What is being asked
Down to the final line, reproduce the entries that follow exactly.
────────────────
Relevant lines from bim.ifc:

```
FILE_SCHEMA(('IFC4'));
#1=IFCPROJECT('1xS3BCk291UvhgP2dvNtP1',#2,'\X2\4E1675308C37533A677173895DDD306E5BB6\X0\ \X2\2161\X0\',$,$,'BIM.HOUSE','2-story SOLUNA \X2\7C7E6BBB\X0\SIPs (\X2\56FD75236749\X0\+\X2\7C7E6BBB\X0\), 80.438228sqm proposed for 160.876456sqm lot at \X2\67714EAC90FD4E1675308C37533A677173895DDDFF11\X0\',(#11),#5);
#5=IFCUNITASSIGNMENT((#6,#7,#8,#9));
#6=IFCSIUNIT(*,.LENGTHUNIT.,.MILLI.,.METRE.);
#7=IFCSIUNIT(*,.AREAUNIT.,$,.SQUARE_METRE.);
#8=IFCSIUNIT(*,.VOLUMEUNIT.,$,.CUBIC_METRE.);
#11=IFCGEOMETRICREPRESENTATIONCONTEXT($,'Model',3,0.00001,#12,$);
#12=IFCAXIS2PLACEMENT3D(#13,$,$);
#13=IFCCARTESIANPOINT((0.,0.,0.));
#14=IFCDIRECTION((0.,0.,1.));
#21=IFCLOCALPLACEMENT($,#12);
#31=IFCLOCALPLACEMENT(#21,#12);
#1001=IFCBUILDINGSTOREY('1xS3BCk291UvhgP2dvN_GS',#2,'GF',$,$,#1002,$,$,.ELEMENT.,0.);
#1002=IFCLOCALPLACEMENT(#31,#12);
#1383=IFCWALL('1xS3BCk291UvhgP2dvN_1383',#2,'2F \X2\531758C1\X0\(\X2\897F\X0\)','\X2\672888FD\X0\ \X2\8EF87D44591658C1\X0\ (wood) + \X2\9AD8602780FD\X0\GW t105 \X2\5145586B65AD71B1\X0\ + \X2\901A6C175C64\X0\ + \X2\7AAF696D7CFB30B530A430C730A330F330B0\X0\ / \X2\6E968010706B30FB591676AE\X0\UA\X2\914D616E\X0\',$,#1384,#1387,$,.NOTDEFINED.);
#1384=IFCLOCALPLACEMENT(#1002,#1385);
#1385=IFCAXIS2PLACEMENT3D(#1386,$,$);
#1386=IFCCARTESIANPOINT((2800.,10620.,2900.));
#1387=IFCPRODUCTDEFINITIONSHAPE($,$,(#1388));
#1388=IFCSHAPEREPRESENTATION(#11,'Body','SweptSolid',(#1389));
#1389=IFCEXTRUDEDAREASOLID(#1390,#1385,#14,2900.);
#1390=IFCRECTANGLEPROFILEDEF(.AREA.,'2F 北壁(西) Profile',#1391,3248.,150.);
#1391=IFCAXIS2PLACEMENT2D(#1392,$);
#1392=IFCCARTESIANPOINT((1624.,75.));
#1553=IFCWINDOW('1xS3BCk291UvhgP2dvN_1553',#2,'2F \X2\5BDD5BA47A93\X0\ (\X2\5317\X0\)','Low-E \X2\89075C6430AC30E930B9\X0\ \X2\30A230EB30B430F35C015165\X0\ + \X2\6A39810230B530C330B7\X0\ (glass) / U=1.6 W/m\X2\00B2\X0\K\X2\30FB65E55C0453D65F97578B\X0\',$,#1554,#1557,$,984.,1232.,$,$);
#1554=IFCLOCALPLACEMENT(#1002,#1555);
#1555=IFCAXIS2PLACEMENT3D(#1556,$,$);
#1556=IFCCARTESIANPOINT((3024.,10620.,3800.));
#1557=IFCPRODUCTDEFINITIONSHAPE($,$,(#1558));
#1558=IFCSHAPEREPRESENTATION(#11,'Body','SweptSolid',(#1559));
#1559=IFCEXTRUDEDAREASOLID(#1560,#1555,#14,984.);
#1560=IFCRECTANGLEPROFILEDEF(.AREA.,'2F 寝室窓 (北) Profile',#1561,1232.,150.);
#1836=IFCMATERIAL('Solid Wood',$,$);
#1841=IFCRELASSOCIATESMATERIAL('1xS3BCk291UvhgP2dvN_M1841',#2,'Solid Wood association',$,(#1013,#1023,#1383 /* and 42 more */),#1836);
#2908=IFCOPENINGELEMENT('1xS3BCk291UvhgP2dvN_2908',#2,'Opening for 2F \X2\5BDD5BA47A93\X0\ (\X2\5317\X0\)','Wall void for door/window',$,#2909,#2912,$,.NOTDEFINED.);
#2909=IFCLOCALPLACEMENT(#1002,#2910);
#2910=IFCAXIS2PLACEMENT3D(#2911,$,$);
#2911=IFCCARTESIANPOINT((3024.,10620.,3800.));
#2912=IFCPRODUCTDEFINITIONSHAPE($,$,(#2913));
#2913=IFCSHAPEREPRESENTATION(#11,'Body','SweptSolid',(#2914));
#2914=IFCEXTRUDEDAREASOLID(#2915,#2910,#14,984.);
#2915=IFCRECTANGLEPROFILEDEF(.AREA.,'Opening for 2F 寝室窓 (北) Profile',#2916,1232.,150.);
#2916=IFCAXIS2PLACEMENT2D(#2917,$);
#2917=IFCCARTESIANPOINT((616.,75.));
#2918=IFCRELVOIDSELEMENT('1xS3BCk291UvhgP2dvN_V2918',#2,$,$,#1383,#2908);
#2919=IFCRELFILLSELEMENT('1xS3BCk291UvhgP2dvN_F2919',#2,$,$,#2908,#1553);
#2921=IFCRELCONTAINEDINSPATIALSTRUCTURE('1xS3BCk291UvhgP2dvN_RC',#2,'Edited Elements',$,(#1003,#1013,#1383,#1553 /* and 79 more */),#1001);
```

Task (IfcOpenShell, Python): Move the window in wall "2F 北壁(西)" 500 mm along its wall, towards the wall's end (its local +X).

```python
import ifcopenshell
import ifcopenshell.api.geometry
import ifcopenshell.util.placement

model = ifcopenshell.open("bim.ifc")

window = model.by_id(1553)
opening = window.FillsVoids[0].RelatingOpeningElement
wall = opening.VoidsElements[0].RelatingBuildingElement

wall_matrix = ifcopenshell.util.placement.get_local_placement(wall.ObjectPlacement)
shift = wall_matrix[:3, 0] * 500.0
before = ifcopenshell.util.placement.get_local_placement(window.ObjectPlacement)[:3, 3].copy()

# The window is not placed relative to its opening, so move both.
for product in (opening, window):
    matrix = ifcopenshell.util.placement.get_local_placement(product.ObjectPlacement)
    matrix[:3, 3] += shift
    ifcopenshell.api.geometry.edit_object_placement(model, product=product, matrix=matrix, is_si=False)

after = ifcopenshell.util.placement.get_local_placement(window.ObjectPlacement)[:3, 3]
print("window moved by", (after - before).round(3) + 0.0)

model.write("bim-out.ifc")
```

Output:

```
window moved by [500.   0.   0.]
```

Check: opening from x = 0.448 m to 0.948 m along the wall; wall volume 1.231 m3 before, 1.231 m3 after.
────────────────
Output below
Relevant lines from bim.ifc:

```
FILE_SCHEMA(('IFC4'));
#1=IFCPROJECT('1xS3BCk291UvhgP2dvNtP1',#2,'\X2\4E1675308C37533A677173895DDD306E5BB6\X0\ \X2\2161\X0\',$,$,'BIM.HOUSE','2-story SOLUNA \X2\7C7E6BBB\X0\SIPs (\X2\56FD75236749\X0\+\X2\7C7E6BBB\X0\), 80.438228sqm proposed for 160.876456sqm lot at \X2\67714EAC90FD4E1675308C37533A677173895DDDFF11\X0\',(#11),#5);
#5=IFCUNITASSIGNMENT((#6,#7,#8,#9));
#6=IFCSIUNIT(*,.LENGTHUNIT.,.MILLI.,.METRE.);
#7=IFCSIUNIT(*,.AREAUNIT.,$,.SQUARE_METRE.);
#8=IFCSIUNIT(*,.VOLUMEUNIT.,$,.CUBIC_METRE.);
#11=IFCGEOMETRICREPRESENTATIONCONTEXT($,'Model',3,0.00001,#12,$);
#12=IFCAXIS2PLACEMENT3D(#13,$,$);
#13=IFCCARTESIANPOINT((0.,0.,0.));
#14=IFCDIRECTION((0.,0.,1.));
#21=IFCLOCALPLACEMENT($,#12);
#31=IFCLOCALPLACEMENT(#21,#12);
#1001=IFCBUILDINGSTOREY('1xS3BCk291UvhgP2dvN_GS',#2,'GF',$,$,#1002,$,$,.ELEMENT.,0.);
#1002=IFCLOCALPLACEMENT(#31,#12);
#1383=IFCWALL('1xS3BCk291UvhgP2dvN_1383',#2,'2F \X2\531758C1\X0\(\X2\897F\X0\)','\X2\672888FD\X0\ \X2\8EF87D44591658C1\X0\ (wood) + \X2\9AD8602780FD\X0\GW t105 \X2\5145586B65AD71B1\X0\ + \X2\901A6C175C64\X0\ + \X2\7AAF696D7CFB30B530A430C730A330F330B0\X0\ / \X2\6E968010706B30FB591676AE\X0\UA\X2\914D616E\X0\',$,#1384,#1387,$,.NOTDEFINED.);
#1384=IFCLOCALPLACEMENT(#1002,#1385);
#1385=IFCAXIS2PLACEMENT3D(#1386,$,$);
#1386=IFCCARTESIANPOINT((2800.,10620.,2900.));
#1387=IFCPRODUCTDEFINITIONSHAPE($,$,(#1388));
#1388=IFCSHAPEREPRESENTATION(#11,'Body','SweptSolid',(#1389));
#1389=IFCEXTRUDEDAREASOLID(#1390,#1385,#14,2900.);
#1390=IFCRECTANGLEPROFILEDEF(.AREA.,'2F 北壁(西) Profile',#1391,3248.,150.);
#1391=IFCAXIS2PLACEMENT2D(#1392,$);
#1392=IFCCARTESIANPOINT((1624.,75.));
#1553=IFCWINDOW('1xS3BCk291UvhgP2dvN_1553',#2,'2F \X2\5BDD5BA47A93\X0\ (\X2\5317\X0\)','Low-E \X2\89075C6430AC30E930B9\X0\ \X2\30A230EB30B430F35C015165\X0\ + \X2\6A39810230B530C330B7\X0\ (glass) / U=1.6 W/m\X2\00B2\X0\K\X2\30FB65E55C0453D65F97578B\X0\',$,#1554,#1557,$,984.,1232.,$,$);
#1554=IFCLOCALPLACEMENT(#1002,#1555);
#1555=IFCAXIS2PLACEMENT3D(#1556,$,$);
#1556=IFCCARTESIANPOINT((3024.,10620.,3800.));
#1557=IFCPRODUCTDEFINITIONSHAPE($,$,(#1558));
#1558=IFCSHAPEREPRESENTATION(#11,'Body','SweptSolid',(#1559));
#1559=IFCEXTRUDEDAREASOLID(#1560,#1555,#14,984.);
#1560=IFCRECTANGLEPROFILEDEF(.AREA.,'2F 寝室窓 (北) Profile',#1561,1232.,150.);
#1836=IFCMATERIAL('Solid Wood',$,$);
#1841=IFCRELASSOCIATESMATERIAL('1xS3BCk291UvhgP2dvN_M1841',#2,'Solid Wood association',$,(#1013,#1023,#1383 /* and 42 more */),#1836);
#2908=IFCOPENINGELEMENT('1xS3BCk291UvhgP2dvN_2908',#2,'Opening for 2F \X2\5BDD5BA47A93\X0\ (\X2\5317\X0\)','Wall void for door/window',$,#2909,#2912,$,.NOTDEFINED.);
#2909=IFCLOCALPLACEMENT(#1002,#2910);
#2910=IFCAXIS2PLACEMENT3D(#2911,$,$);
#2911=IFCCARTESIANPOINT((3024.,10620.,3800.));
#2912=IFCPRODUCTDEFINITIONSHAPE($,$,(#2913));
#2913=IFCSHAPEREPRESENTATION(#11,'Body','SweptSolid',(#2914));
#2914=IFCEXTRUDEDAREASOLID(#2915,#2910,#14,984.);
#2915=IFCRECTANGLEPROFILEDEF(.AREA.,'Opening for 2F 寝室窓 (北) Profile',#2916,1232.,150.);
#2916=IFCAXIS2PLACEMENT2D(#2917,$);
#2917=IFCCARTESIANPOINT((616.,75.));
#2918=IFCRELVOIDSELEMENT('1xS3BCk291UvhgP2dvN_V2918',#2,$,$,#1383,#2908);
#2919=IFCRELFILLSELEMENT('1xS3BCk291UvhgP2dvN_F2919',#2,$,$,#2908,#1553);
#2921=IFCRELCONTAINEDINSPATIALSTRUCTURE('1xS3BCk291UvhgP2dvN_RC',#2,'Edited Elements',$,(#1003,#1013,#1383,#1553 /* and 79 more */),#1001);
```

Task (IfcOpenShell, Python): Move the window in wall "2F 北壁(西)" 500 mm along its wall, towards the wall's end (its local +X).

```python
import ifcopenshell
import ifcopenshell.api.geometry
import ifcopenshell.util.placement

model = ifcopenshell.open("bim.ifc")

window = model.by_id(1553)
opening = window.FillsVoids[0].RelatingOpeningElement
wall = opening.VoidsElements[0].RelatingBuildingElement

wall_matrix = ifcopenshell.util.placement.get_local_placement(wall.ObjectPlacement)
shift = wall_matrix[:3, 0] * 500.0
before = ifcopenshell.util.placement.get_local_placement(window.ObjectPlacement)[:3, 3].copy()

# The window is not placed relative to its opening, so move both.
for product in (opening, window):
    matrix = ifcopenshell.util.placement.get_local_placement(product.ObjectPlacement)
    matrix[:3, 3] += shift
    ifcopenshell.api.geometry.edit_object_placement(model, product=product, matrix=matrix, is_si=False)

after = ifcopenshell.util.placement.get_local_placement(window.ObjectPlacement)[:3, 3]
print("window moved by", (after - before).round(3) + 0.0)

model.write("bim-out.ifc")
```

Output:

```
window moved by [500.   0.   0.]
```

Check: opening from x = 0.448 m to 0.948 m along the wall; wall volume 1.231 m3 before, 1.231 m3 after.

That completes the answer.